Please set the lines down again exactly, from the top of the entries through the line that contains "site_placement = place(None, origin())".
+++ Provided records +++
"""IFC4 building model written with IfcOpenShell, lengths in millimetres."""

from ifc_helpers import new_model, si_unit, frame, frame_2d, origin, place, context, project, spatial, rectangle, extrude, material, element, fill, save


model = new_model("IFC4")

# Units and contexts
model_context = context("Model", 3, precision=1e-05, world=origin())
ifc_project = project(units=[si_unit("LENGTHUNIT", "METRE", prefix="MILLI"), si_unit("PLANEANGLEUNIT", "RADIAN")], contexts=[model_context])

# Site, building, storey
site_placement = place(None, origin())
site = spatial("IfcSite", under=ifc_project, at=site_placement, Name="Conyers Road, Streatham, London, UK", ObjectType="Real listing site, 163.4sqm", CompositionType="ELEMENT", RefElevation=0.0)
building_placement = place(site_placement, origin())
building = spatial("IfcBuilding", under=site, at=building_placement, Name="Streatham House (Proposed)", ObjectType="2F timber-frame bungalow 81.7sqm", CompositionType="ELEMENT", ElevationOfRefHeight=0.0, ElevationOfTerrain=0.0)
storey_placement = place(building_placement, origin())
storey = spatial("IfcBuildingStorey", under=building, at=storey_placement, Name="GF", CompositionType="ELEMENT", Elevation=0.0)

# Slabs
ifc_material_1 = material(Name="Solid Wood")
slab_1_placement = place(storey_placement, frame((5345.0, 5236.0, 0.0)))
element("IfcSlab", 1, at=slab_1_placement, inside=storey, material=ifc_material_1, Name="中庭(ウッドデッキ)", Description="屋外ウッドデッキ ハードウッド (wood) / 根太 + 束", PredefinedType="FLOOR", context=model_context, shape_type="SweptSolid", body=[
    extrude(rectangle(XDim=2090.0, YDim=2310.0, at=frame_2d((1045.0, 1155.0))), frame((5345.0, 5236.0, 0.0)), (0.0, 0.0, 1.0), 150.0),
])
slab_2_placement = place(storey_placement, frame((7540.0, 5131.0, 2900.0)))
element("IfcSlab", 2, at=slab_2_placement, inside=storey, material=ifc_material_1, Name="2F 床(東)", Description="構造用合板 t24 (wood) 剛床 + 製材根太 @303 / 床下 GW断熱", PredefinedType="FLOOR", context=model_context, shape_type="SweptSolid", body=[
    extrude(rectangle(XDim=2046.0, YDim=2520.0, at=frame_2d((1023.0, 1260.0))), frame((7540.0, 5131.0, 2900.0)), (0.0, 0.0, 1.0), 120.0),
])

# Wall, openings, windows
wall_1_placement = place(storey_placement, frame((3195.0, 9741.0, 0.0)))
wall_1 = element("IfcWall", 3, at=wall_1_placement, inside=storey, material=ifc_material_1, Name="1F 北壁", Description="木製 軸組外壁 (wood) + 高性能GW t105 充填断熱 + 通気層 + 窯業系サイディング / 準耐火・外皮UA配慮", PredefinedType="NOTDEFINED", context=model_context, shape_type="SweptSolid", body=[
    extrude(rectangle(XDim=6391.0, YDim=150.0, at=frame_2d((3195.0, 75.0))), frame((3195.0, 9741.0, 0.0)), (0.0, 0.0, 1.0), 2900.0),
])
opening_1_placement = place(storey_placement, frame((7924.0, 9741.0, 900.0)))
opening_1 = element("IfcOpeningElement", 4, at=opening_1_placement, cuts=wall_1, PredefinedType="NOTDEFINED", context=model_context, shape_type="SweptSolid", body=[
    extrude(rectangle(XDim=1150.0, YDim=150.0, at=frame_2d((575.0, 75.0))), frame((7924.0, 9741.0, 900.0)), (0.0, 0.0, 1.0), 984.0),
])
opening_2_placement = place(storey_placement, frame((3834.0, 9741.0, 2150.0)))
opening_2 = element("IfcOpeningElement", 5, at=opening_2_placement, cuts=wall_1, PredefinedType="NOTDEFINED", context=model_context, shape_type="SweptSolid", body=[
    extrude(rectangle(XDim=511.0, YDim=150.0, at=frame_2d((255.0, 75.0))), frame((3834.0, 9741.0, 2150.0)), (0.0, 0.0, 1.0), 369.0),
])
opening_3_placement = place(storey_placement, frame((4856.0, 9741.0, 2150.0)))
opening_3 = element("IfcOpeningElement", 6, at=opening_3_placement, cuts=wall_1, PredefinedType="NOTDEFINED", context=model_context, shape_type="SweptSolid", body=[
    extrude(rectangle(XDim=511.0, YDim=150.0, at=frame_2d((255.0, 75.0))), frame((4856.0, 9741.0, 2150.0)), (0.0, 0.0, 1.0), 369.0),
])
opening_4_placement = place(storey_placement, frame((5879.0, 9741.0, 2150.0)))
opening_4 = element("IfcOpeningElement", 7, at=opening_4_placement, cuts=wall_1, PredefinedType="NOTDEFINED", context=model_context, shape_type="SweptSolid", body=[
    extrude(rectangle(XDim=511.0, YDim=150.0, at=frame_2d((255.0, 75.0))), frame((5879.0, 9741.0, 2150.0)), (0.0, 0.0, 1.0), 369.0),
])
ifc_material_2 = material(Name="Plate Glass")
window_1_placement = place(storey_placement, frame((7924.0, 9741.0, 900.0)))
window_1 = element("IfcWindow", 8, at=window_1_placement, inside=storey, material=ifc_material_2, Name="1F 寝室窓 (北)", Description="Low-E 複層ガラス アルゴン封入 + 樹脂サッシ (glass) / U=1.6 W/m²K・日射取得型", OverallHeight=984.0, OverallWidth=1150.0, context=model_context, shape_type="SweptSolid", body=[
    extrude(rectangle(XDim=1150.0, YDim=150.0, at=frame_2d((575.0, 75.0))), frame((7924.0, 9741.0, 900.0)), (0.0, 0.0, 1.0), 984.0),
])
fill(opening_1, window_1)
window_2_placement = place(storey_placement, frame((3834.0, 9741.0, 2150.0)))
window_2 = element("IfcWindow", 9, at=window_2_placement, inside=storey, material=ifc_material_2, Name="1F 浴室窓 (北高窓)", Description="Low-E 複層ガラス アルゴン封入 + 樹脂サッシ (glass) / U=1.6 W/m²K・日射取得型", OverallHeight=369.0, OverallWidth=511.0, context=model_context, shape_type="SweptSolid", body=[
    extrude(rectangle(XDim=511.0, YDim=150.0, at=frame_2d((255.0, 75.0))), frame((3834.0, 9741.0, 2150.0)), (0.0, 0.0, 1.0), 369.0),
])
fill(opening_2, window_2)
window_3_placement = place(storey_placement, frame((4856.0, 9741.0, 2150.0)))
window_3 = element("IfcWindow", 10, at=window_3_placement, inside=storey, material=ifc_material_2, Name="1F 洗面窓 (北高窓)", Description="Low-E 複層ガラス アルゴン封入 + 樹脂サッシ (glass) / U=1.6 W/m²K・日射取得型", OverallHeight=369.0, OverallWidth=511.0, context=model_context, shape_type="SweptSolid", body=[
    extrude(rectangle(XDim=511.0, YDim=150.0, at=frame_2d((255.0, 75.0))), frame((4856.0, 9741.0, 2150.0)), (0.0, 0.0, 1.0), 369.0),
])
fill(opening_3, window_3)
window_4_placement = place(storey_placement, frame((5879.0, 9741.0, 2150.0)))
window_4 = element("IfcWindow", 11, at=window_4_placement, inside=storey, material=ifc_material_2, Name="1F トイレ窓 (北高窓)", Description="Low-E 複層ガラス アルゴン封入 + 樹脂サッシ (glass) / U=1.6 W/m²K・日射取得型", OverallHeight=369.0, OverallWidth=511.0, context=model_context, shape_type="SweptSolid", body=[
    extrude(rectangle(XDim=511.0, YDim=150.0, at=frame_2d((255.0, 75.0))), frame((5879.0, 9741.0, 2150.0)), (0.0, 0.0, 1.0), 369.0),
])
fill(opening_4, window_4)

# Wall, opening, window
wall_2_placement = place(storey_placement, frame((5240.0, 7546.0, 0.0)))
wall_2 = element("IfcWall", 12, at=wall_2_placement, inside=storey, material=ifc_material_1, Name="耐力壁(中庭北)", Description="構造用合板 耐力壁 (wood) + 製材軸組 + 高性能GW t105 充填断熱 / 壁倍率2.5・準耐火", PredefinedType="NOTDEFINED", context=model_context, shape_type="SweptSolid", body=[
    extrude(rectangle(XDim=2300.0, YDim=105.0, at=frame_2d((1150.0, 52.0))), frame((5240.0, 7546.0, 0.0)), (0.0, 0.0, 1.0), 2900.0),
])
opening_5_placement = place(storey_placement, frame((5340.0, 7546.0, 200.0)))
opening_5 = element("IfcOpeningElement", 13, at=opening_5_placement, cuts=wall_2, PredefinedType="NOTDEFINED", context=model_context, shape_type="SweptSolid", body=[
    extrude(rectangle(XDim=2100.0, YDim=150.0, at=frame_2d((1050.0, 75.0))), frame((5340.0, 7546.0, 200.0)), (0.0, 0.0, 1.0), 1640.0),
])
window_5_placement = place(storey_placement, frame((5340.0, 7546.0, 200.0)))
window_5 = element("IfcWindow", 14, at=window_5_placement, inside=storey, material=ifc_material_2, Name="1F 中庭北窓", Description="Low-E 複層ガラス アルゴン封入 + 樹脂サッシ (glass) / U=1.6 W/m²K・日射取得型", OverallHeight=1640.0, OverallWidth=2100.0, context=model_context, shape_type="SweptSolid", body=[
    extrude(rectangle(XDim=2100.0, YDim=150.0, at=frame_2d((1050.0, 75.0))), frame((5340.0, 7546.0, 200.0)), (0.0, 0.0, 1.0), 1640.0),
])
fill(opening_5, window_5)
+++
» Result of the exercise:
"""IFC4 building model written with IfcOpenShell, lengths in millimetres."""

from ifc_helpers import new_model, si_unit, frame, frame_2d, origin, place, context, project, spatial, rectangle, extrude, material, element, fill, save


model = new_model("IFC4")

# Units and contexts
model_context = context("Model", 3, precision=1e-05, world=origin())
ifc_project = project(units=[si_unit("LENGTHUNIT", "METRE", prefix="MILLI"), si_unit("PLANEANGLEUNIT", "RADIAN")], contexts=[model_context])

# Site, building, storey
site_placement = place(None, origin())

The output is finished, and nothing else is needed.